The whole concept of black bars has always confused me. I know what they are I know what people generally accept the concept of what they are. but they aren't actually what they are. There are no black bars. The content is the size that it is and it's just stretching undistorted to your screen. It's not adding black bars. You're just not using parts of your screen because you shouldn't be using those parts of your screen. Maybe if content like that had a old console TV bezel on the side that had channel dials and the power button and a speaker on one side and half of a bezel and a blurry living room background with a picture of a family on the other that would make people feel more comfortable?
This. In another comment I tried to equate it with a painting on a wall. A painting never fills the wall. The painting is whatever size and shape it is, and that's that.
Maybe the problem is a tv looks like a frame, and frames are made custom to fit the painting, and so any discrepency looks bad.
But now that tv's are both huge, and are featureless panels with little to no interesting frame let alone actual furniture quality cabinetry, maybe only now they can start to be seen as mini walls where it would actually be kind of pathological to require that every pixel always be lit just because they exist.
For me as a huge Seinfeld fan this is practically painful to watch.
Just yesterday some folks have been bragging about how Netfilx proactively matches compensation of their emps - great - maybe that's a mistake. Because given how stupid such a decision is, how bad their recommendations are, plus their home grown productions getting worse with every week passing by, I wonder if it isn't time to weed out a little. Seems like this company is a cesspool of ignorance and incompetence...

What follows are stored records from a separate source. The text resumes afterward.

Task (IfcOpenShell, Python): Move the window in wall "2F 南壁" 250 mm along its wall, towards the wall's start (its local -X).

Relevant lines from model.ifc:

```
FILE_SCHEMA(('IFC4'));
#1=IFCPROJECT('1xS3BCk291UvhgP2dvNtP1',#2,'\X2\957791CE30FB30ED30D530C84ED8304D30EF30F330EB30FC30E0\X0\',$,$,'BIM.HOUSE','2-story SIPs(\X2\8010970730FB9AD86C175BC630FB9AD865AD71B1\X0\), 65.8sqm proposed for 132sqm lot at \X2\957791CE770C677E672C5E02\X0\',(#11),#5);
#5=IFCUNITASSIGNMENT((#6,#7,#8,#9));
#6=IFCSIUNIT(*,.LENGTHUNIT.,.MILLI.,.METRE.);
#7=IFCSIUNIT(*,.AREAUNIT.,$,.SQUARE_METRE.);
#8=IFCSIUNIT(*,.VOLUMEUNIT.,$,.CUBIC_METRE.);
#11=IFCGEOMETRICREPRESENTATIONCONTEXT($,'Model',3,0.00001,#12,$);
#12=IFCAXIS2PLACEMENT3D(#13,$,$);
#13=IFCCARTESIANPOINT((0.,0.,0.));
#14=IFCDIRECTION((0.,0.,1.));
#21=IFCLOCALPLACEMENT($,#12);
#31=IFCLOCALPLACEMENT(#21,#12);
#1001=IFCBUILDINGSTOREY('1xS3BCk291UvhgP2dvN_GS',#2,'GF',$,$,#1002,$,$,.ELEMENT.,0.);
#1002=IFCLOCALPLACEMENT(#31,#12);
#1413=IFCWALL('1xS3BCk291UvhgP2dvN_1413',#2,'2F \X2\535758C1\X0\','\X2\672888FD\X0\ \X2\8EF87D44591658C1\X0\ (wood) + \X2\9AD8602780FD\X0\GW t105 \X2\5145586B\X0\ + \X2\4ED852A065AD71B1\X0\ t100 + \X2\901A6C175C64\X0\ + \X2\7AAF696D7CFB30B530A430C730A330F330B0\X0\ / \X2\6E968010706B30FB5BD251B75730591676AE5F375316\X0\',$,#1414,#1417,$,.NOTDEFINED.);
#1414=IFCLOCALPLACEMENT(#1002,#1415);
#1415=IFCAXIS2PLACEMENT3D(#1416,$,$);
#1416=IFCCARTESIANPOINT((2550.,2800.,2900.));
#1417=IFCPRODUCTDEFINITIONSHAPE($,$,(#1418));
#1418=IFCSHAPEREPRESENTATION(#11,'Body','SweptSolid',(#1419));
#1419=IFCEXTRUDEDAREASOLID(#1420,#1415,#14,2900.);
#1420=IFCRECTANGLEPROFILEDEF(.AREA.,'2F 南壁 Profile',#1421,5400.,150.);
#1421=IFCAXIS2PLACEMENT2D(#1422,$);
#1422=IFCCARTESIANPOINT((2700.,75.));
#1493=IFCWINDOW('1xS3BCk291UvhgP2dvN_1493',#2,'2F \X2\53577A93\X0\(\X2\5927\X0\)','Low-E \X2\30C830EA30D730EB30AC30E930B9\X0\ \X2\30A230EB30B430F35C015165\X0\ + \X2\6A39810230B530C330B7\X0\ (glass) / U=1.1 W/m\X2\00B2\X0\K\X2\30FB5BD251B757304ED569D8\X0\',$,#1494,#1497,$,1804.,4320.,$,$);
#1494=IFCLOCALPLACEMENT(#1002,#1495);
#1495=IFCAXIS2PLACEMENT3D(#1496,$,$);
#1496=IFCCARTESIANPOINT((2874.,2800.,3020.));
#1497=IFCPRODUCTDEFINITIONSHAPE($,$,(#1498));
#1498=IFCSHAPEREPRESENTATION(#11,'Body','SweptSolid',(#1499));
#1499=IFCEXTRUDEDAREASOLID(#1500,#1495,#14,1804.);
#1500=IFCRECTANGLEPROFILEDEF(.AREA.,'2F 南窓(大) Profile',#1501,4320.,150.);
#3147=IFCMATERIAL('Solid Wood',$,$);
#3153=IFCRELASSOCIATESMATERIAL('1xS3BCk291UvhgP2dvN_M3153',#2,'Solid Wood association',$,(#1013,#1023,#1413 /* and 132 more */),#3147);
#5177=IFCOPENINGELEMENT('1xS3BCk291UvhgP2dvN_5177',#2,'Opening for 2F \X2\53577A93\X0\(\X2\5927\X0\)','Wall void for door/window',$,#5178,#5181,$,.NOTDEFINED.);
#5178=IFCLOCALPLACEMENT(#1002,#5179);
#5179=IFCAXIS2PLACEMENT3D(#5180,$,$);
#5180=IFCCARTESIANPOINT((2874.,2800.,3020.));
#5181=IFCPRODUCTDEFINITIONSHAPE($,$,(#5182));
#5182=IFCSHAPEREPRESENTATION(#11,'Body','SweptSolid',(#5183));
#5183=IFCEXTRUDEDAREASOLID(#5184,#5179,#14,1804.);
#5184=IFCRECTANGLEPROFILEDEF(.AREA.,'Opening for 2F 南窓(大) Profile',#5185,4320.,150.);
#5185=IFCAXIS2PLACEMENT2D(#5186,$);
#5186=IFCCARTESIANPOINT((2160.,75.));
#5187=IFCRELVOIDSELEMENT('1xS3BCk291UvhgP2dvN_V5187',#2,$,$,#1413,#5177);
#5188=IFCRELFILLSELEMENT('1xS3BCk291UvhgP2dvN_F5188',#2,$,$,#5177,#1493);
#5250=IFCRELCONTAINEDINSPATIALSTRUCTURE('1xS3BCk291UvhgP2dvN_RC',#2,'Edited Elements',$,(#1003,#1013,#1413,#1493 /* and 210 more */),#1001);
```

```python
import ifcopenshell
import ifcopenshell.api.geometry
import ifcopenshell.util.placement
import ifcopenshell.util.unit

model = ifcopenshell.open("model.ifc")
unit_scale = ifcopenshell.util.unit.calculate_unit_scale(model)

window = model.by_guid("1xS3BCk291UvhgP2dvN_1493")
opening = window.FillsVoids[0].RelatingOpeningElement
wall = opening.VoidsElements[0].RelatingBuildingElement

wall_matrix = ifcopenshell.util.placement.get_local_placement(wall.ObjectPlacement)
shift = wall_matrix[:3, 0] * -0.25 / unit_scale
before = ifcopenshell.util.placement.get_local_placement(window.ObjectPlacement)[:3, 3].copy()

# The window is not placed relative to its opening, so move both.
for product in (opening, window):
    matrix = ifcopenshell.util.placement.get_local_placement(product.ObjectPlacement)
    matrix[:3, 3] += shift
    ifcopenshell.api.geometry.edit_object_placement(model, product=product, matrix=matrix, is_si=False)

after = ifcopenshell.util.placement.get_local_placement(window.ObjectPlacement)[:3, 3]
print("window moved by", (after - before).round(3) + 0.0)

model.write("model_edited.ifc")
```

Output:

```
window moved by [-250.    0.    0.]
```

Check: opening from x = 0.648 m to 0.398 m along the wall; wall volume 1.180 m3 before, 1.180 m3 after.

Not to mention the insane sound volume range. I have great hearing and I hold the remote the entire time, turning it up for dialogue and down for everything else.
Probably not, or the mix might be off. It's worth checking. Your experience seems consistent with a missing center track (which contains most of the dialogue sound).
It depends on what you mean by "stereo setup". In the extremely common scenario of you having a 5.1 amp with just 2 speakers plugged in, it's your amp that's doing the downmix for you.
Just remember you are probably part of a relatively small and relatively enlightened portion of the population. Netflix will gladly piss you off if it means they get more profit out of the bulk of their customer base, who are just interested in consuming more.